Re: [HACKERS] psql nested queries with 2000+ records

From
dg@illustra.com (David Gould)
Date:
Coronach@hill-b-073.resnet.purdue.edu blushes and says:
> Aparently, the postgresql server was moved from the BSDI box to a linux
> 2.0.30 box, so the numbers that where given where not from the bsdi box.

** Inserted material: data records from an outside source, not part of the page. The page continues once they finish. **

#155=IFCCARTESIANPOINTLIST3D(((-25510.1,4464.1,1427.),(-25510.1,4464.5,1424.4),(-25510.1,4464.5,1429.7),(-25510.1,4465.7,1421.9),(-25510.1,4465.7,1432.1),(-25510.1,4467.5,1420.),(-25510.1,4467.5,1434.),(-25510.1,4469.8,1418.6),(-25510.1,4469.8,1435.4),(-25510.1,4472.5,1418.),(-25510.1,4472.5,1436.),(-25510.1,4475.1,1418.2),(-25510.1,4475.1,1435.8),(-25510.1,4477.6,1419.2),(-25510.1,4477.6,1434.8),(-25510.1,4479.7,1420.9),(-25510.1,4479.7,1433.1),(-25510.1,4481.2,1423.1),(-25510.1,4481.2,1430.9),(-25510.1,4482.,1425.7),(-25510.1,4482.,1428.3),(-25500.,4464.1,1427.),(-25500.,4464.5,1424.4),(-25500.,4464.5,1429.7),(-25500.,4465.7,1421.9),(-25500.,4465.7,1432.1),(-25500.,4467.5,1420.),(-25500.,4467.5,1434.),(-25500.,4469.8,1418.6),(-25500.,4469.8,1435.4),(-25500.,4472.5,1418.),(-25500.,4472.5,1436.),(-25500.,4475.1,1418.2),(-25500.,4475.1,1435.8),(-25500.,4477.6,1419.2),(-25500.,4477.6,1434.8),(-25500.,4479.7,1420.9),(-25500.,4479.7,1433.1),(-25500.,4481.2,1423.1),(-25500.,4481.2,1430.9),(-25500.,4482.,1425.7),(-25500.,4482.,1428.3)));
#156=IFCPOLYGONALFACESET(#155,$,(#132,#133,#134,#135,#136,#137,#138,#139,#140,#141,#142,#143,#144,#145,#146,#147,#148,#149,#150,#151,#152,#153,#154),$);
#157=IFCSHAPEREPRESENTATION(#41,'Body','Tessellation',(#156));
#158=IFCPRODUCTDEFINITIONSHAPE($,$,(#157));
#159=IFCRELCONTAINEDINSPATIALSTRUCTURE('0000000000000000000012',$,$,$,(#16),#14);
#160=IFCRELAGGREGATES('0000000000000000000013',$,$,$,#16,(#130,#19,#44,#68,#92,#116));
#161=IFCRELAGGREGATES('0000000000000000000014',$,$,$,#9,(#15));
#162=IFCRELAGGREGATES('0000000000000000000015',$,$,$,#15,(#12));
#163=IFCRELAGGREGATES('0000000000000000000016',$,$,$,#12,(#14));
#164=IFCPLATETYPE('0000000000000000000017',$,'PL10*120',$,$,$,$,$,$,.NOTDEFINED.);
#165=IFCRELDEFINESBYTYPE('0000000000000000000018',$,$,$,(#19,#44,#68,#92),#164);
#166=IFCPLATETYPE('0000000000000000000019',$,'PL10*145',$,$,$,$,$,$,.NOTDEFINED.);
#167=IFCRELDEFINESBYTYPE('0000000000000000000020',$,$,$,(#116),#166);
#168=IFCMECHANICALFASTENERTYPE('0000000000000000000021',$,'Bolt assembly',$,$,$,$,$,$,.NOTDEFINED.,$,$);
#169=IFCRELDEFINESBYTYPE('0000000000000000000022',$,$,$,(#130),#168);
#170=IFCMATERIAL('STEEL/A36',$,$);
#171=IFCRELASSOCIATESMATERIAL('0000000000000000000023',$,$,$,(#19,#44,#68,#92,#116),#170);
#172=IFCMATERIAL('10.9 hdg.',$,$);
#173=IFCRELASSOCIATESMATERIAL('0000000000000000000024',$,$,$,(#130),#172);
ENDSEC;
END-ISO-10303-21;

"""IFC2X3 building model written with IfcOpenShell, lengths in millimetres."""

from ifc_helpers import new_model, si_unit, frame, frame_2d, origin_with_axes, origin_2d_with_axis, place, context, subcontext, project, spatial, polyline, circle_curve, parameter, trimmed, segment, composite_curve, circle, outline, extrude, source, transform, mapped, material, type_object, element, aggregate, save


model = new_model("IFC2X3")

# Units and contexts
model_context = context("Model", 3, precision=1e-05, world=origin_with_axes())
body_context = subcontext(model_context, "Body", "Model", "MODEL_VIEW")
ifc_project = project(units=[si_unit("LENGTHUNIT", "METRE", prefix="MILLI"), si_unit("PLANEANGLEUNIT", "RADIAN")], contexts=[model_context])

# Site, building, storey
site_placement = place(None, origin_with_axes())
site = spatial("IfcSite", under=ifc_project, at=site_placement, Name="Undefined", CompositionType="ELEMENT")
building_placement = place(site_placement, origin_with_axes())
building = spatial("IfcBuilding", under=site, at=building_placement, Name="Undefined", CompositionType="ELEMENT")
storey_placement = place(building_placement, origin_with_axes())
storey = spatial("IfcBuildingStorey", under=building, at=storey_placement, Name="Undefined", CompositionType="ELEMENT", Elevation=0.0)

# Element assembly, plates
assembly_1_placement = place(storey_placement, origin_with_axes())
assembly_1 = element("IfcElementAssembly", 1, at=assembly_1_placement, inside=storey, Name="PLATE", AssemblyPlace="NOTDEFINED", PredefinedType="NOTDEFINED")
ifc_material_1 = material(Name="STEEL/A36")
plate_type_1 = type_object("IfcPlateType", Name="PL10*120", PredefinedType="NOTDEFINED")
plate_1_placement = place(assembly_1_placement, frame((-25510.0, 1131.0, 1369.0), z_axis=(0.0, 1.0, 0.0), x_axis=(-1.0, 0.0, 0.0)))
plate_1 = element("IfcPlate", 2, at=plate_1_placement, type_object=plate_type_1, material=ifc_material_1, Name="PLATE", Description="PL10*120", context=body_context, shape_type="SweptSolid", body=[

So
> now I am doing the queries personally.  I'm sorry for the run around.
>
> This is the responce from the explain on the BSDI 3.1 box.
>
> amusements=> explain select name from games where name in (select name from
> game
> s where name like 'A%');
> NOTICE:  QUERY PLAN:
>
> Seq Scan on games  (cost=0.00 size=0 width=12)
>   SubPlan
>     ->  Seq Scan on games  (cost=0.00 size=0 width=12)
>
> EXPLAIN
>
> amusements=> explain select name from games where name in (select name from
> game
> s2 where mfr = '');
> NOTICE:  QUERY PLAN:
>
> Seq Scan on games  (cost=0.00 size=0 width=12)
>   SubPlan
>     ->  Seq Scan on games2  (cost=0.00 size=0 width=12)
>
> EXPLAIN
>
> amusements=> explain select * from games where mfr = '';
> NOTICE:  QUERY PLAN:
>
> Seq Scan on games  (cost=0.00 size=0 width=160)
>
> EXPLAIN
>
> Once again, I appologize for this misinformation and hope this sheds some
> light to the original problem.  I'm making a note to change permissions on
> who can do what from now on.
>
> On a side note, the query was done on the 2.0.30 box in 5 minutes compared
> to the BSDI box at 15+.

Well of course... ;-)

I am sure this has been mentioned, but could you post the exact schema for
these tables and their indexes? It might even be worth dropping and
recreating the indexes just to be _sure_.

-dg

David Gould            dg@illustra.com           510.628.3783 or 510.305.9468
Informix Software  (No, really)         300 Lakeside Drive  Oakland, CA 94612
 - I realize now that irony has no place in business communications.